Unlike its most vocal members, however, the IATSE leadership appears to be more fatalistic about the possibility of restraining A.I.

“We cannot defy it or attempt to prohibit its use,” Ms. Repola said at the meeting. And while writers may have won stronger restraints on the use of A.I., she added, IATSE craftspeople did not have the same leverage.

“If the entire bargaining unit of the IATSE said, ‘We’re going to refuse to use A.I.,’” the productions “wouldn’t be made here in this country,” Ms. Repola said.

She and other leaders have also pointed out that unlike the writers’ contract, the IATSE contract covers dozens of different crafts, making sweeping prohibitions less practical.

Whether or not they accepted these arguments, members’ anxiety about A.I. did not appear to trigger a groundswell of opposition to the contract, which passed with more than 85 percent support.

Many members welcomed the gains that the union won in other areas, like wages, pension contributions and safety measures. And even among those concerned about A.I., there appeared to be little appetite to vote down the contract and go on strike while the industry was struggling.

Still, the debate over A.I. remains a live one within the union. In mid-August, the Animation Guild, an IATSE local that negotiates separately from the larger union, will begin bargaining with studios over its next contract. In interviews, members of the guild’s bargaining committee said they hoped to improve on the A.I. provisions that the parent union negotiated.

“They’re really hard to look at, honestly,” said Nora Meek, a storyboard artist and writer who serves on the committee.

In some ways, the nearly 6,000 members of the Animation Guild, which represents not just artists and character designers but also writers and directors, face even bigger threats from A.I. than other IATSE members. Animation studios often outsource work to nonunion shops, and some nonunion studios appear intent on experimenting with A.I.

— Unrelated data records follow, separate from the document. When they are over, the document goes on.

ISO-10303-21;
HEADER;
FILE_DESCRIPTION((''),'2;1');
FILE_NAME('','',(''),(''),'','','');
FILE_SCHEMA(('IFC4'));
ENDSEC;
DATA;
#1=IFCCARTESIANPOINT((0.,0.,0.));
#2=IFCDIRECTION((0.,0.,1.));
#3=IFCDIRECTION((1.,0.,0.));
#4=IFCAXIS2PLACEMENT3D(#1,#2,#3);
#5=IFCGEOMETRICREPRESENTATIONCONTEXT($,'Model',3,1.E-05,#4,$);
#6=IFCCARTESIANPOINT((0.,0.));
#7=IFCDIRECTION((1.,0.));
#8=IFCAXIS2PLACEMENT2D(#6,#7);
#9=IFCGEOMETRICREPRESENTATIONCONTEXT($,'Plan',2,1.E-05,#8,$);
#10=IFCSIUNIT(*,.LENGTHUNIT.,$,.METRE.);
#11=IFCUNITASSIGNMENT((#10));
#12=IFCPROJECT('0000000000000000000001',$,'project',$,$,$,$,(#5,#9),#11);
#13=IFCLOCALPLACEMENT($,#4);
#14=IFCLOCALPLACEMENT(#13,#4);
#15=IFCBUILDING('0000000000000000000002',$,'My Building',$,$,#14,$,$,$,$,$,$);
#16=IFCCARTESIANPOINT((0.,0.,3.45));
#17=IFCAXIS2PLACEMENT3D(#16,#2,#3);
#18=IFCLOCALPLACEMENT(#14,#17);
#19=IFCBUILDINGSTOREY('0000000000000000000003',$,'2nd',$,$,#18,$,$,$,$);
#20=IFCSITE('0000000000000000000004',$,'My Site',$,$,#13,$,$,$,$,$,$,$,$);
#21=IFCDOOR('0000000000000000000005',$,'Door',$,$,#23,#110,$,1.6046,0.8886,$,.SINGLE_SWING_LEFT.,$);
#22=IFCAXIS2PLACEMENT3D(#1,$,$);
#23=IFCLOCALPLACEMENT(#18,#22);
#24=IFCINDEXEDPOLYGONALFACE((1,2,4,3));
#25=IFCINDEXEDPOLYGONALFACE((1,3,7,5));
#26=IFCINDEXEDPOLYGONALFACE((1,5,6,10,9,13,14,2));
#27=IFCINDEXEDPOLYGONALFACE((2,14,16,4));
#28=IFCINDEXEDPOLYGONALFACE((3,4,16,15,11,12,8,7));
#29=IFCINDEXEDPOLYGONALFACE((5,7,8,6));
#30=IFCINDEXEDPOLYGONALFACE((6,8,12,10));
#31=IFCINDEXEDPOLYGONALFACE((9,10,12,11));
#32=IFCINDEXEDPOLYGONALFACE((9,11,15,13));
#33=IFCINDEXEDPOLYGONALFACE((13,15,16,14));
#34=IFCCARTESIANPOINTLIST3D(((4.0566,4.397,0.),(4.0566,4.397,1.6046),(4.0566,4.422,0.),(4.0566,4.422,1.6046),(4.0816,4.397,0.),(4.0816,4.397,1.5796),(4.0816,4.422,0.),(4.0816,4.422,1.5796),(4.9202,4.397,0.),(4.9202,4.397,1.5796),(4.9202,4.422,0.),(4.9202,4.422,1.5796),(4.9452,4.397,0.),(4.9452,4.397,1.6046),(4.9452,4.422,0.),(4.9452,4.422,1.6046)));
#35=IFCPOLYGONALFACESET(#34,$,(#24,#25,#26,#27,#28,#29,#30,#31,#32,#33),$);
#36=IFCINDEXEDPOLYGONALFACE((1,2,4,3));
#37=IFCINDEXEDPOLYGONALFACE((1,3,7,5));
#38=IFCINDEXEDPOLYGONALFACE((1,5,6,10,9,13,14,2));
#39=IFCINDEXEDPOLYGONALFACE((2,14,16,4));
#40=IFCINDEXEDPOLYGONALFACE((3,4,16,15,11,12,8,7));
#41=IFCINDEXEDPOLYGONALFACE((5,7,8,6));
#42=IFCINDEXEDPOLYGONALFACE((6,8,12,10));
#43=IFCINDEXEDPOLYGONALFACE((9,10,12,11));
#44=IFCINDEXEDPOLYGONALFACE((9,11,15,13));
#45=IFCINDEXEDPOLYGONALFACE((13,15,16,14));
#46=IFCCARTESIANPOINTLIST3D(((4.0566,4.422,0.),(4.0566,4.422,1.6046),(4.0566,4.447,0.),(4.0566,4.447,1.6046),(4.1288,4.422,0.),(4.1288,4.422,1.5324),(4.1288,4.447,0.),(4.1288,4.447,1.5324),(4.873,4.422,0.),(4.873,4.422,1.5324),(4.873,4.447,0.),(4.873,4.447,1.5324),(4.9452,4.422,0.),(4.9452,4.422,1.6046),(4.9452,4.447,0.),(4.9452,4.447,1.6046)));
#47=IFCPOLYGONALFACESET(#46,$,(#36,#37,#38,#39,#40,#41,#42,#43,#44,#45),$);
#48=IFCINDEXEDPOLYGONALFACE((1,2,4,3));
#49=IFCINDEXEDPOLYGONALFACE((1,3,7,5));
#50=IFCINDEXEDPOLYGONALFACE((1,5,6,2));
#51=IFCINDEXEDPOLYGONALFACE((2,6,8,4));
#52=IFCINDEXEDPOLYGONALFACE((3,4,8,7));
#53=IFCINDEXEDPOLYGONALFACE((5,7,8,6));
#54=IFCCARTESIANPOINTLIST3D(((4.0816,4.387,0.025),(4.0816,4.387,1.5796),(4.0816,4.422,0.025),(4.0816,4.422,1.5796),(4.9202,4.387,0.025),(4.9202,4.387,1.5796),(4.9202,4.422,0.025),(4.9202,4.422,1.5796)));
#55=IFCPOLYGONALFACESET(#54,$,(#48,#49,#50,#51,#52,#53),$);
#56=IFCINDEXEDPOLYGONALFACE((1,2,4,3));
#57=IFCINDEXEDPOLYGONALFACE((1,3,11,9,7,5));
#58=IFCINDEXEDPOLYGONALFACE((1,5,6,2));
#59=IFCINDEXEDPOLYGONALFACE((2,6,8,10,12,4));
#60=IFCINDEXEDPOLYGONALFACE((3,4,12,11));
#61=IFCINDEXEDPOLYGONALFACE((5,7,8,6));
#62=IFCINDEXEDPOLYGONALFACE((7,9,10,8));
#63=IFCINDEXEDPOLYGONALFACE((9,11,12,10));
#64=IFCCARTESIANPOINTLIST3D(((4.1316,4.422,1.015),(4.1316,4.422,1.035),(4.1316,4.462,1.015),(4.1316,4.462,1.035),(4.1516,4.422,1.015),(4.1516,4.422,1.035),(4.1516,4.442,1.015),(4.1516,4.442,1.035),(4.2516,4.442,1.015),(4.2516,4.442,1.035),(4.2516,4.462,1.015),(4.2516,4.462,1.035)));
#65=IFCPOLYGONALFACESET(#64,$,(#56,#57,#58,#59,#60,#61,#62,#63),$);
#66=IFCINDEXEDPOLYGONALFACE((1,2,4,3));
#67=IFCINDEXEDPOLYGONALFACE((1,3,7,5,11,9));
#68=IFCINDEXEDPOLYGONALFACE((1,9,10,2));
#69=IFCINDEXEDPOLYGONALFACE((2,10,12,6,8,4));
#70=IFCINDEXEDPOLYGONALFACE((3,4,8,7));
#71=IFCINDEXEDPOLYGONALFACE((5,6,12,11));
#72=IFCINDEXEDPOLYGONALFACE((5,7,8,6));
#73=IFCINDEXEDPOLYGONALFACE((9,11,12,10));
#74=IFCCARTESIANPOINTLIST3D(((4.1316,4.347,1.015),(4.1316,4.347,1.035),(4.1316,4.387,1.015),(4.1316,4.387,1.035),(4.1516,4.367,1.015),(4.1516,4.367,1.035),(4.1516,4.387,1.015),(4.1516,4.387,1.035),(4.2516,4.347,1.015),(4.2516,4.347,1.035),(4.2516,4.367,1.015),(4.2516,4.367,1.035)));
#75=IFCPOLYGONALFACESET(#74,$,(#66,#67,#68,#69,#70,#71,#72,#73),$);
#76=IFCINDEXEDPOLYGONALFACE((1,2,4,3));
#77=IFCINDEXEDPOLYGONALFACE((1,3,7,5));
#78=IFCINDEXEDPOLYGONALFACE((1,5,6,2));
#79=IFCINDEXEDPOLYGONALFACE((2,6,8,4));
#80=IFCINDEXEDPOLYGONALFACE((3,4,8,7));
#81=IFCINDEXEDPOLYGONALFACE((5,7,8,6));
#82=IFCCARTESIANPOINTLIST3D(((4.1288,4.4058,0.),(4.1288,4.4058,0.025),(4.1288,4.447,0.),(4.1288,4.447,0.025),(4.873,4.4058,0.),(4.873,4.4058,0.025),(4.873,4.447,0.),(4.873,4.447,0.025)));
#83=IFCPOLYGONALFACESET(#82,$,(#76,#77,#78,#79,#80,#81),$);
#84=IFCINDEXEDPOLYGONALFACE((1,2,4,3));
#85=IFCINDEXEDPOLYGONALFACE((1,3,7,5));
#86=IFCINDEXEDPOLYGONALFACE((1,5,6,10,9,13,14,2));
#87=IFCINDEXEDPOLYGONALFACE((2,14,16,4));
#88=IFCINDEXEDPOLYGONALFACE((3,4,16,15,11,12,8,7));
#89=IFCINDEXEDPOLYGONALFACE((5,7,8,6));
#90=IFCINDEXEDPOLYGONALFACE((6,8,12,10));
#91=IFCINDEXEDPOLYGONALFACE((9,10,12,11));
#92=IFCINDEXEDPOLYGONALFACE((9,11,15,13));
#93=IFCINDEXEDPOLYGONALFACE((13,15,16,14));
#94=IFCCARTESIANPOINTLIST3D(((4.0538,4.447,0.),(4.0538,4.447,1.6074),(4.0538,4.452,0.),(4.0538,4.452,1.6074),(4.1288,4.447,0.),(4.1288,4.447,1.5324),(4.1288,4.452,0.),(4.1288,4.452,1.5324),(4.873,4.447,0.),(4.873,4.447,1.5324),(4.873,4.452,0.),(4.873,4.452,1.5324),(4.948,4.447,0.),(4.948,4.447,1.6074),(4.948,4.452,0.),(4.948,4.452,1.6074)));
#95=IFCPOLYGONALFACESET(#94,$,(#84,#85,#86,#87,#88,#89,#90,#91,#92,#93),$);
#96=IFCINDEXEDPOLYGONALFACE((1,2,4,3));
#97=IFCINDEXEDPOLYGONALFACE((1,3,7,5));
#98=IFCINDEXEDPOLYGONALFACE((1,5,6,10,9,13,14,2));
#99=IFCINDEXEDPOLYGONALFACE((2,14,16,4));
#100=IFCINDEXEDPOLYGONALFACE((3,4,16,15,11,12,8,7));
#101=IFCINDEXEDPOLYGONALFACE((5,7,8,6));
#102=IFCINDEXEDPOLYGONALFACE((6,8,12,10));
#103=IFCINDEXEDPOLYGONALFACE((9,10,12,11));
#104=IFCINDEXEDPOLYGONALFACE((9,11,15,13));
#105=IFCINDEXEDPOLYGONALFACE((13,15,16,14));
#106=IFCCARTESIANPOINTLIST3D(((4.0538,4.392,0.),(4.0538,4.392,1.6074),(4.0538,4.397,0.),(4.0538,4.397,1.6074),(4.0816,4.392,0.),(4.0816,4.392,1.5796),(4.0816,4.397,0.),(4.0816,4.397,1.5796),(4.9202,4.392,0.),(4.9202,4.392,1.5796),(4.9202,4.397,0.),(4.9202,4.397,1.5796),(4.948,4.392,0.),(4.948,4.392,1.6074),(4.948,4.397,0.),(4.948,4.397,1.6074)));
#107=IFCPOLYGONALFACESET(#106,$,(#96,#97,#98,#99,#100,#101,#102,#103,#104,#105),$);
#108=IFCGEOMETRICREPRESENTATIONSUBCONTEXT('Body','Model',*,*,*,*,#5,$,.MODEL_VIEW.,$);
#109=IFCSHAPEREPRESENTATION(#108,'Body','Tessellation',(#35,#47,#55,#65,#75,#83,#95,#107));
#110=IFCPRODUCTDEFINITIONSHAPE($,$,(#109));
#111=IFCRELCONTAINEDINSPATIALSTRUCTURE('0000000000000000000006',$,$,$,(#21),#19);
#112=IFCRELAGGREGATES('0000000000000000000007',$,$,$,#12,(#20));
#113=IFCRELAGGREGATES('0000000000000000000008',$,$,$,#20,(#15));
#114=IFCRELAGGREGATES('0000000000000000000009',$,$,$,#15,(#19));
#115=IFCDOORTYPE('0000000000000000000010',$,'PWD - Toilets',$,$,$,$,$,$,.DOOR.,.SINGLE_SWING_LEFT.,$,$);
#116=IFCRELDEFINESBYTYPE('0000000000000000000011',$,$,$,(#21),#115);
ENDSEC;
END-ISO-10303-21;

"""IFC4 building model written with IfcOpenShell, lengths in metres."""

from ifc_helpers import new_model, entity, si_unit, frame, origin_with_axes, origin_2d_with_axis, place, context, subcontext, project, spatial, line, indexed_curve, outline, extrude, shape, source, transform, mapped, type_object, type_shapes, element, save


model = new_model("IFC4")

# Units and contexts
model_context = context("Model", 3, precision=1e-05, world=origin_with_axes())
plan_context = context("Plan", 2, precision=1e-05, world=origin_2d_with_axis())
body_context_1 = subcontext(model_context, "Body", "Model", "MODEL_VIEW")
body_context_2 = subcontext(plan_context, "Body", "Plan", "PLAN_VIEW")
ifc_project = project(units=[si_unit("LENGTHUNIT", "METRE")], contexts=[model_context, plan_context])

# Site, building, storey
site_placement = place(None, origin_with_axes())
site = spatial("IfcSite", under=ifc_project, at=site_placement, Name="My Site")
building_placement = place(site_placement, origin_with_axes())
building = spatial("IfcBuilding", under=site, at=building_placement, Name="My Building")
storey_placement = place(building_placement, frame((0.0, 0.0, 3.45), z_axis=(0.0, 0.0, 1.0), x_axis=(1.0, 0.0, 0.0)))
storey = spatial("IfcBuildingStorey", under=building, at=storey_placement, Name="2nd")

# Door
door_type_1 = type_object("IfcDoorType", Name="PWD - Toilets", OperationType="SINGLE_SWING_LEFT", PredefinedType="DOOR")
shared_shape_1 = source(origin_with_axes(), body_context_1, "Body", "SweptSolid", [
    extrude(outline(indexed_curve([(0.0, 0.0), (0.0, 1.6046), (0.8886, 1.6046), (0.8886, 0.0), (0.8636, 0.0), (0.8636, 1.5796), (0.025, 1.5796), (0.025, 0.0)], segments=[line(1, 2, 3, 4, 5, 6, 7, 8, 1)])), frame((0.0, 0.025, 0.0), z_axis=(0.0, -1.0, 0.0), x_axis=(1.0, 0.0, 0.0)), (0.0, 0.0, -1.0), 0.025),
    extrude(outline(indexed_curve([(0.0, 0.0), (0.0, 1.6046), (0.8886, 1.6046), (0.8886, 0.0), (0.8164, 0.0), (0.8164, 1.5324), (0.0722, 1.5324), (0.0722, 0.0)], segments=[line(1, 2, 3, 4, 5, 6, 7, 8, 1)])), frame((0.0, 0.0, 0.0), z_axis=(0.0, -1.0, 0.0), x_axis=(1.0, 0.0, 0.0)), (0.0, 0.0, -1.0), 0.025),
    extrude(outline(indexed_curve([(0.0, 0.0), (0.8386, 0.0), (0.8386, 0.035), (0.0, 0.035)], segments=[line(1, 2, 3, 4, 1)])), frame((0.025, 0.025, 0.025), z_axis=(0.0, 0.0, 1.0), x_axis=(1.0, 0.0, 0.0)), (0.0, 0.0, 1.0), 1.5546),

“Cocomelon,” a popular children’s cartoon that runs on YouTube and is made with nonunion workers, laid off most of its seven or eight writers during the past year, as well as several artists. A former employee, who spoke anonymously because of a nondisclosure agreement, said executives at the company had openly discussed using A.I. to help write the cartoon. A company spokesman said there were no current plans to replace “Cocomelon” writers with A.I.

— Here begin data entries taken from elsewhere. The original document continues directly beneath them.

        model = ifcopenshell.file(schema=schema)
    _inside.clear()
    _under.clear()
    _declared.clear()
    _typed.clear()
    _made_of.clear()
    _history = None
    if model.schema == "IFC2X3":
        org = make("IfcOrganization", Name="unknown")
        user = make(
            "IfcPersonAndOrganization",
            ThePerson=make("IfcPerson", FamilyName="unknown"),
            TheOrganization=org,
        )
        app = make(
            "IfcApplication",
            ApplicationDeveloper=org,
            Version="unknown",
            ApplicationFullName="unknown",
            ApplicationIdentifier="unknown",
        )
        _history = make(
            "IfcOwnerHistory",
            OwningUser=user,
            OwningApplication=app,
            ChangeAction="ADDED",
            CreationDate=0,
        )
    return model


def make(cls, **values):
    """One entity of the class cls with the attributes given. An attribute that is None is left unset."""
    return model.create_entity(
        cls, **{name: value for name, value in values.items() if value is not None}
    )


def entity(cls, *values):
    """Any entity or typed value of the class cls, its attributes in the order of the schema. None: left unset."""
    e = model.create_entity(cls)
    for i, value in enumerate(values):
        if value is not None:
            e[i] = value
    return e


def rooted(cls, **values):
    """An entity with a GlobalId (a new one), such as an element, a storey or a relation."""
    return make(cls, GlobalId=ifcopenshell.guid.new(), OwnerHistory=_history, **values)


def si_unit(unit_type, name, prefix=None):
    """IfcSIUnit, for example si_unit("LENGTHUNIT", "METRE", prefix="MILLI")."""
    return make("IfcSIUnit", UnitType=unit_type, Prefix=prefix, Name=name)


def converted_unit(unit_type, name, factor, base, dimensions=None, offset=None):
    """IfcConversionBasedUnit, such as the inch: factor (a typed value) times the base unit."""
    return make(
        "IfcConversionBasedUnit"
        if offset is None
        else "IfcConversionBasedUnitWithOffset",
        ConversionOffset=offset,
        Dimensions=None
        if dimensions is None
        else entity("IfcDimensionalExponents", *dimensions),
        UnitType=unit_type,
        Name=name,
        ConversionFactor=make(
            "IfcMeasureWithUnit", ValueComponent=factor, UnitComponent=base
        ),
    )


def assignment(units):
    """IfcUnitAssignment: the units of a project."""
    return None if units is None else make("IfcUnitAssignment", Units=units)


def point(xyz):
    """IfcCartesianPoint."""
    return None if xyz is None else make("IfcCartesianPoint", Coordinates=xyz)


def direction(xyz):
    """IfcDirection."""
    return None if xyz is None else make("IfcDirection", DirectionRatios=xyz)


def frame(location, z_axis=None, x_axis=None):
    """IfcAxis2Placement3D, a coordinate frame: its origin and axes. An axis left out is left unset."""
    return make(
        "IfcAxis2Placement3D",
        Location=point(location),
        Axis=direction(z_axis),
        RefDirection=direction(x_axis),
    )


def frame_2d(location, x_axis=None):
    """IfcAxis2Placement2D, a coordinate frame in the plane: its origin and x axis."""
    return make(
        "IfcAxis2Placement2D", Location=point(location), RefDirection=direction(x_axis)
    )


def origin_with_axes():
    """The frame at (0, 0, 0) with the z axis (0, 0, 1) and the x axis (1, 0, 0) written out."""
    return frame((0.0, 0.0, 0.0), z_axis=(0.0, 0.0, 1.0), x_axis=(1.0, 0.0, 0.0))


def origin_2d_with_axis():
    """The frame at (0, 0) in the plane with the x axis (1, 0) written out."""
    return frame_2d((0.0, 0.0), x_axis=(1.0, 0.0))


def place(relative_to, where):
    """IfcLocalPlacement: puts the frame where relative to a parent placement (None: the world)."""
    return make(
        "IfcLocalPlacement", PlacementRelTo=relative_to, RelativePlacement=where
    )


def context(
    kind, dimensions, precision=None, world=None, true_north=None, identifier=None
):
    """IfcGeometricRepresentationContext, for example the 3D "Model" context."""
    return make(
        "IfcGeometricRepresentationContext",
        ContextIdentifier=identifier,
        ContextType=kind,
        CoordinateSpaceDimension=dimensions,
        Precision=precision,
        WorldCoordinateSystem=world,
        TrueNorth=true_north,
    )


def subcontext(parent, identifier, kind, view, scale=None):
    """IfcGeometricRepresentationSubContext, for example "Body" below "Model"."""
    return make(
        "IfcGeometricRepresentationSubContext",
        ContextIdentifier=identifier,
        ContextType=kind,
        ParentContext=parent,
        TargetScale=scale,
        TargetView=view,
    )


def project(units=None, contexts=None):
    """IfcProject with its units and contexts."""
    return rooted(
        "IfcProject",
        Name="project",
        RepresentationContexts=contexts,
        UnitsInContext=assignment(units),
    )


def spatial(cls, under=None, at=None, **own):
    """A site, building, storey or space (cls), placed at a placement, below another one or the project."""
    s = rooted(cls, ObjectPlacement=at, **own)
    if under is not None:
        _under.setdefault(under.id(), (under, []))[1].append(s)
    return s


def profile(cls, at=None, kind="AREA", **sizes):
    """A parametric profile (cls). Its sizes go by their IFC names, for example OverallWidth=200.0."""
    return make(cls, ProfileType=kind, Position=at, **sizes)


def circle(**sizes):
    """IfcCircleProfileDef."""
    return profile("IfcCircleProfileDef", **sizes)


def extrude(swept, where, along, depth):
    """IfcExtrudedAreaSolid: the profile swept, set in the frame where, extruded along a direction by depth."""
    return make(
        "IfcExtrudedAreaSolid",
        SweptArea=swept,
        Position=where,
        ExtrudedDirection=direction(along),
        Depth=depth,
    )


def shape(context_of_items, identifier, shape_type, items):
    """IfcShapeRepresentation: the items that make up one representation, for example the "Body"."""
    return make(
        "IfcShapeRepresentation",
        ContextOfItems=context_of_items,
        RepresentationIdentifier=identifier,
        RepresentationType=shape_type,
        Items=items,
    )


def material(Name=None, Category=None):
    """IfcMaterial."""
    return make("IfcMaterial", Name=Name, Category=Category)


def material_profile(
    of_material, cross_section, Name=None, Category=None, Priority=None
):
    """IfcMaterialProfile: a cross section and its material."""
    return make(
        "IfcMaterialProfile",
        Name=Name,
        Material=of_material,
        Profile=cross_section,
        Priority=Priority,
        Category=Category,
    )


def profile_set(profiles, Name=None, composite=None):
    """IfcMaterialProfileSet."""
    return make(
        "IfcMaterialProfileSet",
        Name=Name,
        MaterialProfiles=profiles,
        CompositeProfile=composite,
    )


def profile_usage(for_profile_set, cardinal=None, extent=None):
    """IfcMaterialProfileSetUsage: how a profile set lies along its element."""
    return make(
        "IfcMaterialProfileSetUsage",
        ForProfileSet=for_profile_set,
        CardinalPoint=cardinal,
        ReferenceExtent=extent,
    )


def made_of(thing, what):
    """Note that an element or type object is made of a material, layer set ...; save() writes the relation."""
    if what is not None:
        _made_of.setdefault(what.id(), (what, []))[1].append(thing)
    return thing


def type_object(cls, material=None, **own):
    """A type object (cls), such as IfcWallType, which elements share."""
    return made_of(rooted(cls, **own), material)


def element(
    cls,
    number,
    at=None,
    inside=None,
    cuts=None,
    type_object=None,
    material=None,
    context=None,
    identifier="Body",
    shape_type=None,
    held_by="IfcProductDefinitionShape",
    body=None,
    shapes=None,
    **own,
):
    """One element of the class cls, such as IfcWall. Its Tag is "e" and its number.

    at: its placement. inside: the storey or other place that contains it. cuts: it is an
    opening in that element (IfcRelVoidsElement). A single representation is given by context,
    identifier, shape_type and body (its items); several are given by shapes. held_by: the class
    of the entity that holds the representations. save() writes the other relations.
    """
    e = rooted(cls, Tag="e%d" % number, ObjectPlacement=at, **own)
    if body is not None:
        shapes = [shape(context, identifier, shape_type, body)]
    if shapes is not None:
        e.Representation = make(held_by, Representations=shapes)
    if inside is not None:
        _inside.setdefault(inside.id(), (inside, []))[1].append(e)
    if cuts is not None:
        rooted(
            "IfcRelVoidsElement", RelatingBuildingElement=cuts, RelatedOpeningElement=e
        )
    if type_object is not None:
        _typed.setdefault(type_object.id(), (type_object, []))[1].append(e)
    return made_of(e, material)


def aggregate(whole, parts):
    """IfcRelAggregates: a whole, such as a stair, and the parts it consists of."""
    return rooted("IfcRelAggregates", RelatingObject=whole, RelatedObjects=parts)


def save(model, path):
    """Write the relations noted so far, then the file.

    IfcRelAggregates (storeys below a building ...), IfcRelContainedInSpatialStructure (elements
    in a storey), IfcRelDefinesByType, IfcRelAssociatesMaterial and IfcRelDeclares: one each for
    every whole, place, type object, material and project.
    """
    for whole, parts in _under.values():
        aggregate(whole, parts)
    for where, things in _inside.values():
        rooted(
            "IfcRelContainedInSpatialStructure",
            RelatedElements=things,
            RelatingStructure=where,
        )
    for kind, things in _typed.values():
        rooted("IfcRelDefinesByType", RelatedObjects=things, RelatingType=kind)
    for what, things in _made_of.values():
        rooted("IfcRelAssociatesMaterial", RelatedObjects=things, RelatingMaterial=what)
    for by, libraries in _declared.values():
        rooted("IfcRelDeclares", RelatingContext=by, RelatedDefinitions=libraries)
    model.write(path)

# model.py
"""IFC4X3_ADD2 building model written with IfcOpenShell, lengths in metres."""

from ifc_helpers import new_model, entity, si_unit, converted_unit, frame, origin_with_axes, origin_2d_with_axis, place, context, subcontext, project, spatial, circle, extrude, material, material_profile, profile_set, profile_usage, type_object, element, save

In response, the Animation Guild appears to be mobilizing aggressively. Protections against A.I. are “a top priority for members,” Alexandra Drosu, a spokeswoman, said. “We feel confident that we can build on the wins secured by the IATSE basic agreement.”

Yet some Animation Guild members worry that the parent union’s A.I. provisions may have made their task harder.

“That’s the challenge of pattern bargaining,” said Brandon Jarratt, a member of the guild’s board and its A.I. task force, referring to the tendency of negotiations to set precedents for others in the same industry. “The question comes down to, how much leverage and pressure can we put on stuff?”